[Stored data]
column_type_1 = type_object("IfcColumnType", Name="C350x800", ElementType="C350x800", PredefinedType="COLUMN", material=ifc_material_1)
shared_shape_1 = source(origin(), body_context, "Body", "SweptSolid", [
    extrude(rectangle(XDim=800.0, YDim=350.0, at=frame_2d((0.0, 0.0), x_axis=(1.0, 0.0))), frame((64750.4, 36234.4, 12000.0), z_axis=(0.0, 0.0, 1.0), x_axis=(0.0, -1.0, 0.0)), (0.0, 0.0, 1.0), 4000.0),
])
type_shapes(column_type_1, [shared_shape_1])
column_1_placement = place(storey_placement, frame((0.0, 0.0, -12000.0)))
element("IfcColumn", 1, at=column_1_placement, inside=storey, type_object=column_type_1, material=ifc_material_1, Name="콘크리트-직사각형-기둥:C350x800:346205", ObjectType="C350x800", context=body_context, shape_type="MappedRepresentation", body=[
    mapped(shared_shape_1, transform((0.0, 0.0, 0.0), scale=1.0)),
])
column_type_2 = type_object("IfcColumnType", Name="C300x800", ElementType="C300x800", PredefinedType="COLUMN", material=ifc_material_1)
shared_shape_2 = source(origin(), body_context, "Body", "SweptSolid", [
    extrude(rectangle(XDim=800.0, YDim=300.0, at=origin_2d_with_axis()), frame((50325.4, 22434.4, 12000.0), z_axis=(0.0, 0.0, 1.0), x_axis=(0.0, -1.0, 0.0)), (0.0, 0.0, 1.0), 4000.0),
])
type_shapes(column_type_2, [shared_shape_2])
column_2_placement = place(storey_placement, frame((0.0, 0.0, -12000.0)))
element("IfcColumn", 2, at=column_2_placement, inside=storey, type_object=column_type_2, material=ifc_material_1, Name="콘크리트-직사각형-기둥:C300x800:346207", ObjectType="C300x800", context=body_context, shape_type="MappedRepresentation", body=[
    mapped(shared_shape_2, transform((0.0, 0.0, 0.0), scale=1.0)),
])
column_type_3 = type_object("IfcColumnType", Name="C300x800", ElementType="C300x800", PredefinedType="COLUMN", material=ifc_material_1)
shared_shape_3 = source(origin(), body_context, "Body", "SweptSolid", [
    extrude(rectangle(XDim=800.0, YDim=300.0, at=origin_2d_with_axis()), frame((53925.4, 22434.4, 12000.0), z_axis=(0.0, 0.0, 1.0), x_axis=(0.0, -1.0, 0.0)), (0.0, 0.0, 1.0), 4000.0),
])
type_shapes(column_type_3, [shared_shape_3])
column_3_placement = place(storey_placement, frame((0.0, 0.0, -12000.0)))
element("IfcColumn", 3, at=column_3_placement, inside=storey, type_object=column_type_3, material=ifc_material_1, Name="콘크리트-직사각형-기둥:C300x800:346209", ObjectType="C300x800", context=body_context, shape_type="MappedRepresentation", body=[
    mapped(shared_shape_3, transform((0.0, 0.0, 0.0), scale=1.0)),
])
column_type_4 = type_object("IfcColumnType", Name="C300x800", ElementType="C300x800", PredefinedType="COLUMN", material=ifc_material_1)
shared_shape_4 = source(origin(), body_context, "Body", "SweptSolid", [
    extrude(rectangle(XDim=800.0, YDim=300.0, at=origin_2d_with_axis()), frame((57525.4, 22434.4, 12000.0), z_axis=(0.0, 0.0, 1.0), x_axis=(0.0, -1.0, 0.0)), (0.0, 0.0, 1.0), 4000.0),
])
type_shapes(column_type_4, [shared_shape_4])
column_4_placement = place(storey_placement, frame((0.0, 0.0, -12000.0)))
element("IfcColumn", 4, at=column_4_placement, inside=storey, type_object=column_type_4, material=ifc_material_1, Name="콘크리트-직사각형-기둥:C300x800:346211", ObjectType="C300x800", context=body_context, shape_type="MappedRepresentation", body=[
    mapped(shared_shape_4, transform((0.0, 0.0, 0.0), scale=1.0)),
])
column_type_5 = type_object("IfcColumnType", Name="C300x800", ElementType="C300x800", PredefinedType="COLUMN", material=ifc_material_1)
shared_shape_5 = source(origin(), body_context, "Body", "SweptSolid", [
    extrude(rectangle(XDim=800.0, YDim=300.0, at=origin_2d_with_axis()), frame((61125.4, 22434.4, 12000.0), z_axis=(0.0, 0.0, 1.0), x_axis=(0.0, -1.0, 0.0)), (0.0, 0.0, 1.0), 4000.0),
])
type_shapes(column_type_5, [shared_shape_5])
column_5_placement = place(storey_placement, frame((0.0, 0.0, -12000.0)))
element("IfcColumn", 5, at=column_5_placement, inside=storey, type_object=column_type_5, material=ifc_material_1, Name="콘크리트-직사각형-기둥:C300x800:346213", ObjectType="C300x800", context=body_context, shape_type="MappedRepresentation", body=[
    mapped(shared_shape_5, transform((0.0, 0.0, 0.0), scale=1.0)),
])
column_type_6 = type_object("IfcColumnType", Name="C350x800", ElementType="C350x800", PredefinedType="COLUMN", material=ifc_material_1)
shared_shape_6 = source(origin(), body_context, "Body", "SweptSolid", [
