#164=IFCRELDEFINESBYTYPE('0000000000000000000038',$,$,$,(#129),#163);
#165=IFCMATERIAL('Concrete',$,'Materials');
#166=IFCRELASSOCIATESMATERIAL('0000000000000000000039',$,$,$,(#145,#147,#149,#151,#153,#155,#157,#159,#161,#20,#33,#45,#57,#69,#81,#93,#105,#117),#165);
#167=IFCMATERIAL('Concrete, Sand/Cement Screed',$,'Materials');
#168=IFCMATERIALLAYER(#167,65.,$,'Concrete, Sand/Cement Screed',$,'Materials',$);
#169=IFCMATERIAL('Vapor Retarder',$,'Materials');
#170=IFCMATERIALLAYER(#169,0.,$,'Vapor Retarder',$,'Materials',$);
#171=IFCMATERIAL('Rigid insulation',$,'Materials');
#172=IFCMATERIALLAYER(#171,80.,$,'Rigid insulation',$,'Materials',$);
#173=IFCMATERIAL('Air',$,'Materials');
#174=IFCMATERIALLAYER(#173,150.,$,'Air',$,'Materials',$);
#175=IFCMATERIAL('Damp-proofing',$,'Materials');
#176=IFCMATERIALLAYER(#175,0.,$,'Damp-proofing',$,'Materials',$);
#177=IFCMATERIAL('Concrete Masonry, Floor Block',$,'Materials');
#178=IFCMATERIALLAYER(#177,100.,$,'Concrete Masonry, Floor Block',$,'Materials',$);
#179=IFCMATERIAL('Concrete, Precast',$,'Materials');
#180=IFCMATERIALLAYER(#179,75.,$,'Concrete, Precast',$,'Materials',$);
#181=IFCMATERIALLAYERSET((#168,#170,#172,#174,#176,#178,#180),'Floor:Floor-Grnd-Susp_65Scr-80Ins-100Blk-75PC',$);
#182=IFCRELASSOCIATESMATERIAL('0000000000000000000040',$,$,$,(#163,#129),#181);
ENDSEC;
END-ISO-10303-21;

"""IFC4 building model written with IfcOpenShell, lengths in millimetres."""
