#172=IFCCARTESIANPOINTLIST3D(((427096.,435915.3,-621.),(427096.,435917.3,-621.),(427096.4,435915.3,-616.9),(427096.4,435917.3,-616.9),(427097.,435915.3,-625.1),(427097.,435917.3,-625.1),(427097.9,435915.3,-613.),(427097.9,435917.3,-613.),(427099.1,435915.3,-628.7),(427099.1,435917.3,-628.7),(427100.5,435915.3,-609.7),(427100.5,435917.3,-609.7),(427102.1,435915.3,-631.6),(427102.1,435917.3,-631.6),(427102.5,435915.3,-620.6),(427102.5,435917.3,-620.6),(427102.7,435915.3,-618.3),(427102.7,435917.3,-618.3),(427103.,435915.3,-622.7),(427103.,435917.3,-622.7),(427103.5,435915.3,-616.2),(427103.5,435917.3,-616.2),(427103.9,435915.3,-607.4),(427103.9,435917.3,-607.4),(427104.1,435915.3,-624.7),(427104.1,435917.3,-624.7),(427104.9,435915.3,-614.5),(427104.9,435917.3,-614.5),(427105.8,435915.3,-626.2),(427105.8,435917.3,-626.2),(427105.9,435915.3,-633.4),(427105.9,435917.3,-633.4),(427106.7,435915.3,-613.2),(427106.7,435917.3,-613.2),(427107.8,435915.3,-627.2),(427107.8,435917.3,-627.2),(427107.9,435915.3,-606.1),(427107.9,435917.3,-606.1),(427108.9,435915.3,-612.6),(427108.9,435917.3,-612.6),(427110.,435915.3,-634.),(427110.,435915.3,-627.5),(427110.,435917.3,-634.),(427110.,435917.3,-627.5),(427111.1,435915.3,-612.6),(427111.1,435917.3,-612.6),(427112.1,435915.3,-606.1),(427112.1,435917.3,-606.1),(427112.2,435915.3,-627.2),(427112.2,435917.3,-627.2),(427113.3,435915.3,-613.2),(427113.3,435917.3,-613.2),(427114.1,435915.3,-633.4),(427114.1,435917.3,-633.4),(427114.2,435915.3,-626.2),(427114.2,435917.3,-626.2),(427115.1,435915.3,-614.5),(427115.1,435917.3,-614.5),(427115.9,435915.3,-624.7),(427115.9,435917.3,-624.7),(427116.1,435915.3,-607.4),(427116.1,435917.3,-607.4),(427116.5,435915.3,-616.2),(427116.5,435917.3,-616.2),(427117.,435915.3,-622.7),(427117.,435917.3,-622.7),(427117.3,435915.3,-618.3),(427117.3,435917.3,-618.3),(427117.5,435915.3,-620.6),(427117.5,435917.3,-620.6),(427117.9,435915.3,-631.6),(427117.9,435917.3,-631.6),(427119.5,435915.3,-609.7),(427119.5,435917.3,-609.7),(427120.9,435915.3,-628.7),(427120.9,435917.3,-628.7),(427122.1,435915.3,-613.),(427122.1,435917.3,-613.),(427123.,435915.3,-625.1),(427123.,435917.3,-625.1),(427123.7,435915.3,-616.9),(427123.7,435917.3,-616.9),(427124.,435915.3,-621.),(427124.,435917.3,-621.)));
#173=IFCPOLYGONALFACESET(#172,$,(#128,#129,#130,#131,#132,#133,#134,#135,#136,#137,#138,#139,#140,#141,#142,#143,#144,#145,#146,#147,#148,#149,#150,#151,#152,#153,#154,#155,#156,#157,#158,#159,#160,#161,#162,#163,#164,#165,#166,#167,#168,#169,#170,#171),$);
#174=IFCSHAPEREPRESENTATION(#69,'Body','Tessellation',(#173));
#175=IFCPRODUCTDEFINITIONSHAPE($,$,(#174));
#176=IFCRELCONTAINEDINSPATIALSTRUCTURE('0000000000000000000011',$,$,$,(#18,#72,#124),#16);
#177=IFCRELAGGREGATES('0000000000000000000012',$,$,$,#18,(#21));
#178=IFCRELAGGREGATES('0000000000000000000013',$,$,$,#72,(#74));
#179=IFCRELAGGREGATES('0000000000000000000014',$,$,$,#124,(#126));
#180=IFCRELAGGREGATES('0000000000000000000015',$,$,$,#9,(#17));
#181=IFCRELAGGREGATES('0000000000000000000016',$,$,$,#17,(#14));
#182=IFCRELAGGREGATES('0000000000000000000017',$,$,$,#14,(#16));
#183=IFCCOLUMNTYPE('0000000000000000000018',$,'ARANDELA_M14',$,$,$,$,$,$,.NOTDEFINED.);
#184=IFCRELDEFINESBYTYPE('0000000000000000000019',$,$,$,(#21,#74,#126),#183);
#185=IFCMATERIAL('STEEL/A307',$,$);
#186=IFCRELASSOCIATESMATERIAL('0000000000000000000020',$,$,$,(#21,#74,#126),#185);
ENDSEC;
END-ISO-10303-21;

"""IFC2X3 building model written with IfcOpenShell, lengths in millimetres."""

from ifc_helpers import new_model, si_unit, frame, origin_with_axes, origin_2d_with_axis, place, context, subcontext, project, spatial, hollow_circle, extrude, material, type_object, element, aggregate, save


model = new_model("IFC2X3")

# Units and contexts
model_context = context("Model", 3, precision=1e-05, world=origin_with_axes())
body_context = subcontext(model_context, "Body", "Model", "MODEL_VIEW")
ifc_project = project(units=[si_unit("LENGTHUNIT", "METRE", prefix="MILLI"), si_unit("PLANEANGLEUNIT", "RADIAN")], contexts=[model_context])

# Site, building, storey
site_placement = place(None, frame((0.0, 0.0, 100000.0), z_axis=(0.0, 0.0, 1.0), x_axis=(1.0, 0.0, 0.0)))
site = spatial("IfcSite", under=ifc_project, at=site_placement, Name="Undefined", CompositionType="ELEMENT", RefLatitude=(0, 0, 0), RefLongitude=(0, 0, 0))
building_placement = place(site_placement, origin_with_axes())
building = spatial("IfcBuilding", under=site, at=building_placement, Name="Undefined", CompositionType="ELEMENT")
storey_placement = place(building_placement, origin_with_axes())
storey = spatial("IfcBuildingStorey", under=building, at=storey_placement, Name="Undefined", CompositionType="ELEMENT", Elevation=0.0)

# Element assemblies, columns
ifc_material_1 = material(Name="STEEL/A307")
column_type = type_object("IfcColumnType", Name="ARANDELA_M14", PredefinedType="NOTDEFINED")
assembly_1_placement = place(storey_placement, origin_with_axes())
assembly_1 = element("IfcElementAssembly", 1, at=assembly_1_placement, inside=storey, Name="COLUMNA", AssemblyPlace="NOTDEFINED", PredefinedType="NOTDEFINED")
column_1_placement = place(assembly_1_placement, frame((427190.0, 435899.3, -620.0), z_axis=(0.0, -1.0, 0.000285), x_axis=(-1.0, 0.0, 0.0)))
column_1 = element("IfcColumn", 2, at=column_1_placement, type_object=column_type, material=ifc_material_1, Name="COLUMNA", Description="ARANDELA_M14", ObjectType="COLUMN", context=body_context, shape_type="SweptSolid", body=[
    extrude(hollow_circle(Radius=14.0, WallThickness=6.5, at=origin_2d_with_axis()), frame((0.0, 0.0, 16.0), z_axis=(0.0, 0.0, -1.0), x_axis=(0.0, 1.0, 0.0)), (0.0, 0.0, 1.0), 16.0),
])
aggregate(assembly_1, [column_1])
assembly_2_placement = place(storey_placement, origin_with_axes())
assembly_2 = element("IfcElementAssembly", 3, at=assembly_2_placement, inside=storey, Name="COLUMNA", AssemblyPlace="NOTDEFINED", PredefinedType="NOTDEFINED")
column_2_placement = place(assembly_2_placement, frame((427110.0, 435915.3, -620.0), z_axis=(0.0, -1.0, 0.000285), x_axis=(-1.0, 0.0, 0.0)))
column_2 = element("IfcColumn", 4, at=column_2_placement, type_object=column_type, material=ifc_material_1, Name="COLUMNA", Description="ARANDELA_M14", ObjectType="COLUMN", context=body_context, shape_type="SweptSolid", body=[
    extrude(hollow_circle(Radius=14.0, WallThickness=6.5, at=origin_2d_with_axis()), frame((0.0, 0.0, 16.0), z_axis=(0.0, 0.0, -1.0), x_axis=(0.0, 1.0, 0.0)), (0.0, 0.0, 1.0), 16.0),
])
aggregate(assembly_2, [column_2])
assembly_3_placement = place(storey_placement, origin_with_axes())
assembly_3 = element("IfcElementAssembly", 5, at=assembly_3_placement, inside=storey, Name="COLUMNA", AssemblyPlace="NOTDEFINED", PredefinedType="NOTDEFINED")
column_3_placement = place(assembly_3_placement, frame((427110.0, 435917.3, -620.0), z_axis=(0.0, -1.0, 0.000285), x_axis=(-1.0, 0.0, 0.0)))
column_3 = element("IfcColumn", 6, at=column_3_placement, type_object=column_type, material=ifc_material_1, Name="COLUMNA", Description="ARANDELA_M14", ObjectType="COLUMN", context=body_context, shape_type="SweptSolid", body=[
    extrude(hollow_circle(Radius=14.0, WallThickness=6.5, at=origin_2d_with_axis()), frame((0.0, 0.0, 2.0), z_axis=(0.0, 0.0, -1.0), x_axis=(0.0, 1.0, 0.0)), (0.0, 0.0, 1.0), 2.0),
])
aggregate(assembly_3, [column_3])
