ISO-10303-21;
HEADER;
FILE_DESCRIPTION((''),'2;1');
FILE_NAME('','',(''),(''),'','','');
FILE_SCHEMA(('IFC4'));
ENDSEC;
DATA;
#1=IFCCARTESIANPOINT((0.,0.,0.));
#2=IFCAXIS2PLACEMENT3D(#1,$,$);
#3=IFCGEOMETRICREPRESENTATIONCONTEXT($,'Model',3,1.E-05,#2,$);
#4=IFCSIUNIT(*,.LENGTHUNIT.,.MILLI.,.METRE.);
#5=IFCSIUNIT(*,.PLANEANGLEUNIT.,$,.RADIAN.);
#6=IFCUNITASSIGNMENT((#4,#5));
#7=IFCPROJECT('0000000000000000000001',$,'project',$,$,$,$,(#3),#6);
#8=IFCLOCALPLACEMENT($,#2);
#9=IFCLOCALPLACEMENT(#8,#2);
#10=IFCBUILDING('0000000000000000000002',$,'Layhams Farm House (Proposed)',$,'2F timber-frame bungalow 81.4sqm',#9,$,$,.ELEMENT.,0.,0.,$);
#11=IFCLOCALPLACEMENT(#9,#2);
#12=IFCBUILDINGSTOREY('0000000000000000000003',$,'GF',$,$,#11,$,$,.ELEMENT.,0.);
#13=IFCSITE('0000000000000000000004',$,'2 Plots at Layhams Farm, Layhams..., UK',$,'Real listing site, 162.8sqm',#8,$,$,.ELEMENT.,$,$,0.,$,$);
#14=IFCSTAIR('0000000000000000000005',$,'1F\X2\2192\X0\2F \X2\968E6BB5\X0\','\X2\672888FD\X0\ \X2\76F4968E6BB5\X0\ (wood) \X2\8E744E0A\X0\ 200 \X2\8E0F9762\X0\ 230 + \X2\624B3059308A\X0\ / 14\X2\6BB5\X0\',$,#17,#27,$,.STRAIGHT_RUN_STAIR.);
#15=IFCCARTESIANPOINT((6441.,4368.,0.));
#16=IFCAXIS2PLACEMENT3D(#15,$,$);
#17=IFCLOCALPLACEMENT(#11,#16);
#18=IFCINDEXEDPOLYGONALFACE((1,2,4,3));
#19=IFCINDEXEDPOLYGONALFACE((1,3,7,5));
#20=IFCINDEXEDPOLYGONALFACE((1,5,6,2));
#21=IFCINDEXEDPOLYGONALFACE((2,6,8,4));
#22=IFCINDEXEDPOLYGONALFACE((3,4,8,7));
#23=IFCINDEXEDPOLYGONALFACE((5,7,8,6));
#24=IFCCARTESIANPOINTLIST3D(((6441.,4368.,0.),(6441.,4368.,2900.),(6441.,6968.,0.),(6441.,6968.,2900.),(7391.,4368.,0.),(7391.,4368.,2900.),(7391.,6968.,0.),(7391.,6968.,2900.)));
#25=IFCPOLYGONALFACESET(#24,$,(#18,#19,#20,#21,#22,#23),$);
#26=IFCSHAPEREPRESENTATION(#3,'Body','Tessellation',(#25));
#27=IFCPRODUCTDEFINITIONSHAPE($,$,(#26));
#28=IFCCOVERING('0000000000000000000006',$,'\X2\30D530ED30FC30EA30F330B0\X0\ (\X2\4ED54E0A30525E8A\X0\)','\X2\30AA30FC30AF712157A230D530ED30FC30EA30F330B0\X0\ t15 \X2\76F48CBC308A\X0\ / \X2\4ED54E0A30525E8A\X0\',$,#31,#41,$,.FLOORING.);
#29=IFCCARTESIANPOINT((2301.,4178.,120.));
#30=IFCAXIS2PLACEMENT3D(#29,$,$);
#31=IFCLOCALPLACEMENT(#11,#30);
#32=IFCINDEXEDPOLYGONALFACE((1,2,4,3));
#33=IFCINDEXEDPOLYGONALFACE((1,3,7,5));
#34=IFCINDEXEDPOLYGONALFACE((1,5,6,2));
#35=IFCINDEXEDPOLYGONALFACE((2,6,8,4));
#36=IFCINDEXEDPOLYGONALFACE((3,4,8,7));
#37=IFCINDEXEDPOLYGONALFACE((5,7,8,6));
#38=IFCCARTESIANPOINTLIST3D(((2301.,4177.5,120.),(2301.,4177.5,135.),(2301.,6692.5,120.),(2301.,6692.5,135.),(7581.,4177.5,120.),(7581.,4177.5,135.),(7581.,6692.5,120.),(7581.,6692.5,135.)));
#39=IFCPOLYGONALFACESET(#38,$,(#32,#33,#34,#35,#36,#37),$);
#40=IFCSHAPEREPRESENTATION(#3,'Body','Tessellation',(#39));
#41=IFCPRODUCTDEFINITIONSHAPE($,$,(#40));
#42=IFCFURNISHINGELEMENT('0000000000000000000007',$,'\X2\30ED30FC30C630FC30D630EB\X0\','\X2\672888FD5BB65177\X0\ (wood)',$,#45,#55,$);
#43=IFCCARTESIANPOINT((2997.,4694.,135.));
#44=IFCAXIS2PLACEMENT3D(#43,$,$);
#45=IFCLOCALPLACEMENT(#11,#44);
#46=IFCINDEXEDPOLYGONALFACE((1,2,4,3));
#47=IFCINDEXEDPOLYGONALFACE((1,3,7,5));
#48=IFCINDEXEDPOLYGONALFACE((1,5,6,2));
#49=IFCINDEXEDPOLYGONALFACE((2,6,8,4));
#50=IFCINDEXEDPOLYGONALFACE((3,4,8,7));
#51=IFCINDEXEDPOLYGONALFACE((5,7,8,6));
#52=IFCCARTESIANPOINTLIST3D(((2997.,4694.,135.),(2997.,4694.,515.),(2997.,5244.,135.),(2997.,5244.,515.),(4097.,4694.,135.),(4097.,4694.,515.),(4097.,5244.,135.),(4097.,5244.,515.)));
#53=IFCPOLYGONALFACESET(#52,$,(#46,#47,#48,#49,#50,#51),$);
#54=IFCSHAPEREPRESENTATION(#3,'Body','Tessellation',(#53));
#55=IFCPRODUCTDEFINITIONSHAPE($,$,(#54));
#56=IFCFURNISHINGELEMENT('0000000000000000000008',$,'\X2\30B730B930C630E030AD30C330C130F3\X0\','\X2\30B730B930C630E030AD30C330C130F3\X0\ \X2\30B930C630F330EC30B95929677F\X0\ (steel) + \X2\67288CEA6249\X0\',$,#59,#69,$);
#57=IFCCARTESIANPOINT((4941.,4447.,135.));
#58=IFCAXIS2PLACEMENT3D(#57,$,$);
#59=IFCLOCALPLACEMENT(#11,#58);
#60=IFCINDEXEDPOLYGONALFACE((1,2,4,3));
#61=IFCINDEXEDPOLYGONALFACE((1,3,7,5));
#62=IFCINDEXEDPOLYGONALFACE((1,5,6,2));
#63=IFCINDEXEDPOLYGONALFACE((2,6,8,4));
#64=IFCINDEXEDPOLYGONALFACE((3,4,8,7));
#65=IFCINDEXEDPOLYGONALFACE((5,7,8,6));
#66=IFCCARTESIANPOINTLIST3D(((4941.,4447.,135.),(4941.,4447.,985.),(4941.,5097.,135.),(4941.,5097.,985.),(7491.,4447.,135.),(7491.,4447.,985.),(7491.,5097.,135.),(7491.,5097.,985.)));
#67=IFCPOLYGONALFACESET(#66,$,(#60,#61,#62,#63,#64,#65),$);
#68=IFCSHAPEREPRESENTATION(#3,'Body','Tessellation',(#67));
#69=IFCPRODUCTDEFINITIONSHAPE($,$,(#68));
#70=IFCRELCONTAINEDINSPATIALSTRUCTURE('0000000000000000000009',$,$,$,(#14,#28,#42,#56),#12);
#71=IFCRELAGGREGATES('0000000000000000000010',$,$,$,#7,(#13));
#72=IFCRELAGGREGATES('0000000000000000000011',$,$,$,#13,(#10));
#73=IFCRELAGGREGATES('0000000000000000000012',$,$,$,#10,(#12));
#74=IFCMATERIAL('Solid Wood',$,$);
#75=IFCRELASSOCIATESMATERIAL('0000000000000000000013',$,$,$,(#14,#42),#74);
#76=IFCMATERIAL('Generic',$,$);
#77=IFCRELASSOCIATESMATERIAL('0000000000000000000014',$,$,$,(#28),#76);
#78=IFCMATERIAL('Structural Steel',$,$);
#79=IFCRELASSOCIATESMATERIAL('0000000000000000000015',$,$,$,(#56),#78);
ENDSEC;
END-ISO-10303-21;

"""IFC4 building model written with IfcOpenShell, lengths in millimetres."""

from ifc_helpers import new_model, si_unit, frame, frame_2d, origin, place, context, project, spatial, rectangle, extrude, material, element, save


model = new_model("IFC4")

# Units and contexts
model_context = context("Model", 3, precision=1e-05, world=origin())
ifc_project = project(units=[si_unit("LENGTHUNIT", "METRE", prefix="MILLI"), si_unit("PLANEANGLEUNIT", "RADIAN")], contexts=[model_context])

# Site, building, storey
site_placement = place(None, origin())
site = spatial("IfcSite", under=ifc_project, at=site_placement, Name="2 Plots at Layhams Farm, Layhams..., UK", ObjectType="Real listing site, 162.8sqm", CompositionType="ELEMENT", RefElevation=0.0)
building_placement = place(site_placement, origin())
building = spatial("IfcBuilding", under=site, at=building_placement, Name="Layhams Farm House (Proposed)", ObjectType="2F timber-frame bungalow 81.4sqm", CompositionType="ELEMENT", ElevationOfRefHeight=0.0, ElevationOfTerrain=0.0)
storey_placement = place(building_placement, origin())
storey = spatial("IfcBuildingStorey", under=building, at=storey_placement, Name="GF", CompositionType="ELEMENT", Elevation=0.0)

# Shared definitions
ifc_material_1 = material(Name="Solid Wood")

# Stair
stair_placement = place(storey_placement, frame((6441.0, 4368.0, 0.0)))
element("IfcStair", 1, at=stair_placement, inside=storey, material=ifc_material_1, Name="1F→2F 階段", Description="木製 直階段 (wood) 蹴上 200 踏面 230 + 手すり / 14段", PredefinedType="STRAIGHT_RUN_STAIR", context=model_context, shape_type="SweptSolid", body=[
    extrude(rectangle(XDim=950.0, YDim=2600.0, at=frame_2d((475.0, 1300.0))), frame((6441.0, 4368.0, 0.0)), (0.0, 0.0, 1.0), 2900.0),
])

# Covering
ifc_material_2 = material(Name="Generic")
covering_placement = place(storey_placement, frame((2301.0, 4178.0, 120.0)))
element("IfcCovering", 2, at=covering_placement, inside=storey, material=ifc_material_2, Name="フローリング (仕上げ床)", Description="オーク無垢フローリング t15 直貼り / 仕上げ床", PredefinedType="FLOORING", context=model_context, shape_type="SweptSolid", body=[
    extrude(rectangle(XDim=5280.0, YDim=2515.0, at=frame_2d((2640.0, 1257.0))), frame((2301.0, 4178.0, 120.0)), (0.0, 0.0, 1.0), 15.0),
])

# Furnishing elements
furnishing_1_placement = place(storey_placement, frame((2997.0, 4694.0, 135.0)))
element("IfcFurnishingElement", 3, at=furnishing_1_placement, inside=storey, material=ifc_material_1, Name="ローテーブル", Description="木製家具 (wood)", context=model_context, shape_type="SweptSolid", body=[
    extrude(rectangle(XDim=1100.0, YDim=550.0, at=frame_2d((550.0, 275.0))), frame((2997.0, 4694.0, 135.0)), (0.0, 0.0, 1.0), 380.0),
])
ifc_material_3 = material(Name="Structural Steel")
furnishing_2_placement = place(storey_placement, frame((4941.0, 4447.0, 135.0)))
element("IfcFurnishingElement", 4, at=furnishing_2_placement, inside=storey, material=ifc_material_3, Name="システムキッチン", Description="システムキッチン ステンレス天板 (steel) + 木質扉", context=model_context, shape_type="SweptSolid", body=[
    extrude(rectangle(XDim=2550.0, YDim=650.0, at=frame_2d((1275.0, 325.0))), frame((4941.0, 4447.0, 135.0)), (0.0, 0.0, 1.0), 850.0),
])

save(model, "model.ifc")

§ **Action item**: Begin at the line that has "#71=IFCRELAGGREGATES('0000000000000000000010',$,$,$,#7,(#13));" in the entries above; stop after the line that has "#78=IFCMATERIAL('Structural Steel',$,$);". Transcribe exactly those lines and no others.

§ **Answer section**:
#71=IFCRELAGGREGATES('0000000000000000000010',$,$,$,#7,(#13));
#72=IFCRELAGGREGATES('0000000000000000000011',$,$,$,#13,(#10));
#73=IFCRELAGGREGATES('0000000000000000000012',$,$,$,#10,(#12));
#74=IFCMATERIAL('Solid Wood',$,$);
#75=IFCRELASSOCIATESMATERIAL('0000000000000000000013',$,$,$,(#14,#42),#74);
#76=IFCMATERIAL('Generic',$,$);
#77=IFCRELASSOCIATESMATERIAL('0000000000000000000014',$,$,$,(#28),#76);
#78=IFCMATERIAL('Structural Steel',$,$);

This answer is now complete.